Manifestations à Berlin et à Hambourg
C’est donc la même chose pour l’industrie du sexe. En Basse-Saxe, par exemple, la prostitution de rue est interdite, mais une travailleuse du sexe peut faire la publicité de ses services et se rendre dans un hôtel ou dans un appartement avec un client. En Bavière, la prostitution est autorisée, mais les maisons closes fermées, et certaines villes ont décrété le maintien de l’interdiction de la prostitution, ce qui fait que ces mesures les forcent à une certaine mobilité géographique.
Ces conditions particulières ont eu des conséquences délétères sur leur situation économique et professionnelle. Et les sex workers ont eu tôt fait de protester contre l’hypocrisie de lois autorisant de nouveau les soins du corps, salons de coiffure ou ateliers d’épilation, mais pas les services sexuels. A Berlin, fin juillet, une manifestation devant le Bundesrat demandait la fin de l’interdiction de la prostitution. Même chose à Hambourg, où fin juillet, des travailleuses du sexe ont défilé sur la fameuse Herbertstraße, rue dédiée à ces activités depuis le XIXe siècle (et, au passage, dont l’accès reste interdit aux femmes non prostituées).
Sans compter que les abolitionnistes ont profité de la période pour faire entendre leur voix. En outre, en mai, une lettre signée par 16 député·es de la grande coalition (CDU et SPD) estimait que «les actes sexuels ne sont généralement pas compatibles avec la distanciation sociale».

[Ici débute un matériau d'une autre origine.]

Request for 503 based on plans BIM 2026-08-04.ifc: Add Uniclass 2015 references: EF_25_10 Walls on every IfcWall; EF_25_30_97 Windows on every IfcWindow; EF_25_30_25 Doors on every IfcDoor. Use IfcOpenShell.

First a look at what the model holds.

```python
import ifcopenshell

model = ifcopenshell.open("503 based on plans BIM 2026-08-04.ifc")
print(model.schema)
print("classifications:", [c.Name for c in model.by_type("IfcClassification")])
for ifc_class in ("IfcDoor", "IfcRoof", "IfcStair", "IfcWall", "IfcWindow"):
    print(ifc_class, len(model.by_type(ifc_class)))
```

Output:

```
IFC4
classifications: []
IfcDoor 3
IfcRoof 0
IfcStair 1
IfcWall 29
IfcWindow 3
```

```python
import ifcopenshell
import ifcopenshell.api.classification

model = ifcopenshell.open("503 based on plans BIM 2026-08-04.ifc")

system = ifcopenshell.api.classification.add_classification(model, classification="Uniclass 2015")

codes = {
    "IfcWall": ("EF_25_10", "Walls"),
    "IfcWindow": ("EF_25_30_97", "Windows"),
    "IfcDoor": ("EF_25_30_25", "Doors"),
}
for ifc_class, (code, name) in codes.items():
    products = model.by_type(ifc_class)
    ifcopenshell.api.classification.add_reference(
        model, products=products, classification=system, identification=code, name=name
    )
    print(code, len(products))

model.write("503 based on plans BIM 2026-08-04_edited.ifc")
```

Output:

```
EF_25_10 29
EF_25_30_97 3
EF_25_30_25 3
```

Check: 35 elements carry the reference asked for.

De leur côté, les manifestant·es mettent en avant des arguments pragmatiques : d’abord, leur profession est intrinsèquement soucieuse du respect de l’hygiène ; ensuite, il est absurde de différencier un service prostitutionnel de, mettons, un massage aux pierres chaudes pratiqué dans un spa, pourtant autorisé ; il est possible de relever les noms des clients afin de procéder à des mesures de contact-tracing en cas d’infection ; enfin, se couvrir la bouche et le nez, lorsqu’on pratique la domination en latex et en masque à gaz dans un établissement BDSM, est une routine déjà ancienne.
Cela dit, toutes ces mesures, et ces assouplissements en général, ne concernent évidemment pas les personnes pratiquant illégalement la prostitution, qui continuent de battre le pavé de la Kurfürstenstraße, à Berlin comme ailleurs.